Determine which lines of the records include the word "IFCEXTRUDEDAREASOLID", and copy them.
Segment Start: EXCERPTED DATA
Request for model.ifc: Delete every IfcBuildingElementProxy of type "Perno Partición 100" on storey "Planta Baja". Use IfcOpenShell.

First a look at what the model holds.

```python
import ifcopenshell
import ifcopenshell.util.element

model = ifcopenshell.open("model.ifc")
print(model.schema)
storey = next(s for s in model.by_type("IfcBuildingStorey") if s.Name == "Planta Baja")
proxies = [e for e in ifcopenshell.util.element.get_decomposition(storey) if e.is_a("IfcBuildingElementProxy")]
seen = {}
for e in proxies:
    element_type = ifcopenshell.util.element.get_type(e)
    name = element_type.Name if element_type not in (None, e) else None
    seen[name] = seen.get(name, 0) + 1
for name, count in sorted(seen.items(), key=str):
    print(count, "x", name)
```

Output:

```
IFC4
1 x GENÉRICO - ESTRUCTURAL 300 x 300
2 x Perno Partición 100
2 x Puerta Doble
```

```python
import ifcopenshell
import ifcopenshell.api.root
import ifcopenshell.util.element

model = ifcopenshell.open("model.ifc")

storey = next(s for s in model.by_type("IfcBuildingStorey") if s.Name == "Planta Baja")
proxies = [e for e in ifcopenshell.util.element.get_decomposition(storey) if e.is_a("IfcBuildingElementProxy")]
targets = [e for e in proxies if (t := ifcopenshell.util.element.get_type(e)) not in (None, e) and t.Name == "Perno Partición 100"]

for e in targets:
    ifcopenshell.api.root.remove_product(model, product=e)
print(len(targets), "removed")

model.write("model_v2.ifc")
```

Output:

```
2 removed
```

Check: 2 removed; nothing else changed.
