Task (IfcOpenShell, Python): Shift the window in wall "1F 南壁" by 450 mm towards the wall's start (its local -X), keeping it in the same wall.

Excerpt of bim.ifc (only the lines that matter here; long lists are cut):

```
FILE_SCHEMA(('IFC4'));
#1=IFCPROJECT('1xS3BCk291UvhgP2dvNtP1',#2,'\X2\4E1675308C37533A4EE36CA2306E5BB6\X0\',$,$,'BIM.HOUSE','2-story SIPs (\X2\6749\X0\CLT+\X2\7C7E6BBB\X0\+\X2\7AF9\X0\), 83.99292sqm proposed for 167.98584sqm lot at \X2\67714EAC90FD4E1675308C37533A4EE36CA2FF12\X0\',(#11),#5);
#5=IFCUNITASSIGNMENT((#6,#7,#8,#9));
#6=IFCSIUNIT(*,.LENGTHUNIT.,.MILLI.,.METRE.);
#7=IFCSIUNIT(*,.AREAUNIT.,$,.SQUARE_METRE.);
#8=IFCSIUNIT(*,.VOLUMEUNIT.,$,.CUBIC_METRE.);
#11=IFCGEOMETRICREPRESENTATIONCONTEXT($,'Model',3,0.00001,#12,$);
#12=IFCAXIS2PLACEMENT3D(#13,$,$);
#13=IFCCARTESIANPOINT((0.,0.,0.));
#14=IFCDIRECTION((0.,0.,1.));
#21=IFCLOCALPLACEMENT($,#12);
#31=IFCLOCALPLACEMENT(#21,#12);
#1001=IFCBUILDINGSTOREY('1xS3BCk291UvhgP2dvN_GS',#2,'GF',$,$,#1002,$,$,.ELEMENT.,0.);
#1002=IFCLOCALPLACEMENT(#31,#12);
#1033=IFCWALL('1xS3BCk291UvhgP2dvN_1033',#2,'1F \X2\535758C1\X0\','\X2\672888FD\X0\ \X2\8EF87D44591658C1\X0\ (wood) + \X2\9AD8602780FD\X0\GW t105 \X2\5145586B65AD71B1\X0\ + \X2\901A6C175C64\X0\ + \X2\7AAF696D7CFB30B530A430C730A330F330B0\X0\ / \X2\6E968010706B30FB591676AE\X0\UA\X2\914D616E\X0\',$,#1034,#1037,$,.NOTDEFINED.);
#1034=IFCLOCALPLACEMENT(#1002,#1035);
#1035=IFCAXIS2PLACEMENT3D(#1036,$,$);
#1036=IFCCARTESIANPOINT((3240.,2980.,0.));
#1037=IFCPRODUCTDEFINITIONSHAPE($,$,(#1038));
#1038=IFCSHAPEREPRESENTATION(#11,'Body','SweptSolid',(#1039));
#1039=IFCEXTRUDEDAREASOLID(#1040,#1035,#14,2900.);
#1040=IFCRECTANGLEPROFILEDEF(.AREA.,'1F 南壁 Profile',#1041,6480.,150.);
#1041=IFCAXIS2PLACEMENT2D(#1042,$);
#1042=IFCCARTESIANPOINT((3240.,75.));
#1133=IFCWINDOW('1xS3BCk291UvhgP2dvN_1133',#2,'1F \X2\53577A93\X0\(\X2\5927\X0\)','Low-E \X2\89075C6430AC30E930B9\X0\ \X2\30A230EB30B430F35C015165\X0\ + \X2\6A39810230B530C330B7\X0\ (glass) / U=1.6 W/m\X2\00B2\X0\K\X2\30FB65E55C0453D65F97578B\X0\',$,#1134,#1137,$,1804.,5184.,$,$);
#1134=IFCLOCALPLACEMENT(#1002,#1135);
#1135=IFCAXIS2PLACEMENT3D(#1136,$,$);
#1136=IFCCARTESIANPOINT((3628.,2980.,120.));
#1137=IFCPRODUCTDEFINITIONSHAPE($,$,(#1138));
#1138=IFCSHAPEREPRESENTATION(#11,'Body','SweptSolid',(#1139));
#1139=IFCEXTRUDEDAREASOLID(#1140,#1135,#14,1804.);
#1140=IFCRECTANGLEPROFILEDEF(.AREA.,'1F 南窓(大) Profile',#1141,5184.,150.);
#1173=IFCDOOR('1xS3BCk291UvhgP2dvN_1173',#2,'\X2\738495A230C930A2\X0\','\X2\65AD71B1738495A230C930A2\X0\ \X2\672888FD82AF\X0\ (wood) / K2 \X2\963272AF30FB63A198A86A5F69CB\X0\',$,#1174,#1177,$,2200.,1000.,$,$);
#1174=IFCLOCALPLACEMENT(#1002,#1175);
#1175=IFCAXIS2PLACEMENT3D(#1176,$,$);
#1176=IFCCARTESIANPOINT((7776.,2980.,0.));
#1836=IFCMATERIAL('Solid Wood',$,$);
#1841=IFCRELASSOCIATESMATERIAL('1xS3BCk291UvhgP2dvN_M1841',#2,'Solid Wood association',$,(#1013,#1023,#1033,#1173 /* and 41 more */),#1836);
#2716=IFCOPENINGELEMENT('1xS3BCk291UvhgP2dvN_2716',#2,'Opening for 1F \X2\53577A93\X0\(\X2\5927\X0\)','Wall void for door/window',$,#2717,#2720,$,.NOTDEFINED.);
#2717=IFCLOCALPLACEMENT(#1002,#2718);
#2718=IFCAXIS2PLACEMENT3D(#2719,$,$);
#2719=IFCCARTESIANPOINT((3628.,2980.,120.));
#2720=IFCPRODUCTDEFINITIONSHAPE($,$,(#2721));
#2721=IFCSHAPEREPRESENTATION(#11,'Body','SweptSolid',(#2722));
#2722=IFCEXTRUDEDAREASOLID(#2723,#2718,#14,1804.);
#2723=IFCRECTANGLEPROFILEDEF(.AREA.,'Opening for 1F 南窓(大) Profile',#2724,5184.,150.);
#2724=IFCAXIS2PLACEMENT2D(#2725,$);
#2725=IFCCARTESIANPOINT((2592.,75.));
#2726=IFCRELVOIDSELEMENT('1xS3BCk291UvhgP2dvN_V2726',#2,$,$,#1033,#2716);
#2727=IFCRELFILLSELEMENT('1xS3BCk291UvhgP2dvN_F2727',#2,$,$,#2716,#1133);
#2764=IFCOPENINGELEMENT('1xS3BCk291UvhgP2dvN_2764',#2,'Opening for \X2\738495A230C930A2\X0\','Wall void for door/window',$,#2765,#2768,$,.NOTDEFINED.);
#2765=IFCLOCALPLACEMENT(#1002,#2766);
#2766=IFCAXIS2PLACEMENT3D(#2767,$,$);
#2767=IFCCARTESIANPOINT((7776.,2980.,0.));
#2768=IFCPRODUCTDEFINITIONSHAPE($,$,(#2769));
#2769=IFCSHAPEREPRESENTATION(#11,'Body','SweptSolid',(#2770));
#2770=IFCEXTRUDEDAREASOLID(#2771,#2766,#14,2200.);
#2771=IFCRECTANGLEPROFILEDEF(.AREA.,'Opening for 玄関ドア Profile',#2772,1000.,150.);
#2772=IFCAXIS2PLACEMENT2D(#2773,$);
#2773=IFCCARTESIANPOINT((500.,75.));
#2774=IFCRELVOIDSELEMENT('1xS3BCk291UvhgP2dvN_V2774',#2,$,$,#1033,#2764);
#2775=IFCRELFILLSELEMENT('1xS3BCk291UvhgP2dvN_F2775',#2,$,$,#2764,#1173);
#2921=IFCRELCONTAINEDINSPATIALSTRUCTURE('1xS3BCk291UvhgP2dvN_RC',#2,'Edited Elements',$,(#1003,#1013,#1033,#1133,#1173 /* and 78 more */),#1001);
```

```python
import ifcopenshell
import ifcopenshell.api.geometry
import ifcopenshell.util.placement

model = ifcopenshell.open("bim.ifc")

window = model.by_id(1133)
opening = window.FillsVoids[0].RelatingOpeningElement
wall = opening.VoidsElements[0].RelatingBuildingElement

wall_matrix = ifcopenshell.util.placement.get_local_placement(wall.ObjectPlacement)
shift = wall_matrix[:3, 0] * -450.0
before = ifcopenshell.util.placement.get_local_placement(window.ObjectPlacement)[:3, 3].copy()

# The window is not placed relative to its opening, so move both.
for product in (opening, window):
    matrix = ifcopenshell.util.placement.get_local_placement(product.ObjectPlacement)
    matrix[:3, 3] += shift
    ifcopenshell.api.geometry.edit_object_placement(model, product=product, matrix=matrix, is_si=False)

after = ifcopenshell.util.placement.get_local_placement(window.ObjectPlacement)[:3, 3]
print("window moved by", (after - before).round(3) + 0.0)

model.write("bim-out.ifc")
```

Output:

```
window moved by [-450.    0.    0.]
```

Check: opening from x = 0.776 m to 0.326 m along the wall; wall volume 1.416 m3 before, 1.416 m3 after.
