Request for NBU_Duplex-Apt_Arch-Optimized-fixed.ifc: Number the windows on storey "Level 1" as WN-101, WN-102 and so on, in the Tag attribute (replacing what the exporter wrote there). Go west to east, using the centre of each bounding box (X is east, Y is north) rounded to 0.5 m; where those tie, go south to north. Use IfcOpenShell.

First a look at what the model holds.

```python
import ifcopenshell
import ifcopenshell.util.element
import ifcopenshell.util.placement

model = ifcopenshell.open("NBU_Duplex-Apt_Arch-Optimized-fixed.ifc")
print(model.schema)
storey = next(s for s in model.by_type("IfcBuildingStorey") if s.Name == "Level 1")
windows = [e for e in ifcopenshell.util.element.get_decomposition(storey) if e.is_a("IfcWindow")]
for e in sorted(windows, key=lambda e: e.id()):
    origin = ifcopenshell.util.placement.get_local_placement(e.ObjectPlacement)[:3, 3]
    print(e.id(), e.Tag, e.Name, origin.round(2) + 0.0, sep=" | ")
```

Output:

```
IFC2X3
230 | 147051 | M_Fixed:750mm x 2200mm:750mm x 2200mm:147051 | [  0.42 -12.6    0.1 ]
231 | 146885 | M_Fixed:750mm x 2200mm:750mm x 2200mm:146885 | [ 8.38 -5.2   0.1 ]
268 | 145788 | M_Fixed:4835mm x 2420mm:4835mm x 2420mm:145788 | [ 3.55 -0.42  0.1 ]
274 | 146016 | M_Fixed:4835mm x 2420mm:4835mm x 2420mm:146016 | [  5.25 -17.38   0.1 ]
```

```python
import ifcopenshell
import ifcopenshell.geom
import ifcopenshell.util.element
import ifcopenshell.util.shape

model = ifcopenshell.open("NBU_Duplex-Apt_Arch-Optimized-fixed.ifc")
settings = ifcopenshell.geom.settings()
settings.set("use-world-coords", True)


def centre(element):
    shape = ifcopenshell.geom.create_shape(settings, element)
    return ifcopenshell.util.shape.get_bbox_centroid(shape.geometry)


storey = next(s for s in model.by_type("IfcBuildingStorey") if s.Name == "Level 1")
windows = [e for e in ifcopenshell.util.element.get_decomposition(storey) if e.is_a("IfcWindow")]

# Insertion points can sit at a corner or the storey origin, so sort by the geometry (in metres).
centres = {e: centre(e) for e in windows}
windows.sort(key=lambda e: (round(centres[e][0] / 0.5), centres[e][1]))

for i, e in enumerate(windows, start=1):
    number = f"WN-1{i:02d}"
    e.Tag = number
    print(e.id(), number)

model.write("NBU_Duplex-Apt_Arch-Optimized-fixed_rev.ifc")
```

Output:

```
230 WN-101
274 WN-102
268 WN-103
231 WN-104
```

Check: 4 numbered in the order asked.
Segment End: EXCERPTED DATA
→ **COMPLETED TASK**
#1039=IFCEXTRUDEDAREASOLID(#1040,#1035,#14,2900.);
#1139=IFCEXTRUDEDAREASOLID(#1140,#1135,#14,1804.);
#2722=IFCEXTRUDEDAREASOLID(#2723,#2718,#14,1804.);
#2770=IFCEXTRUDEDAREASOLID(#2771,#2766,#14,2200.);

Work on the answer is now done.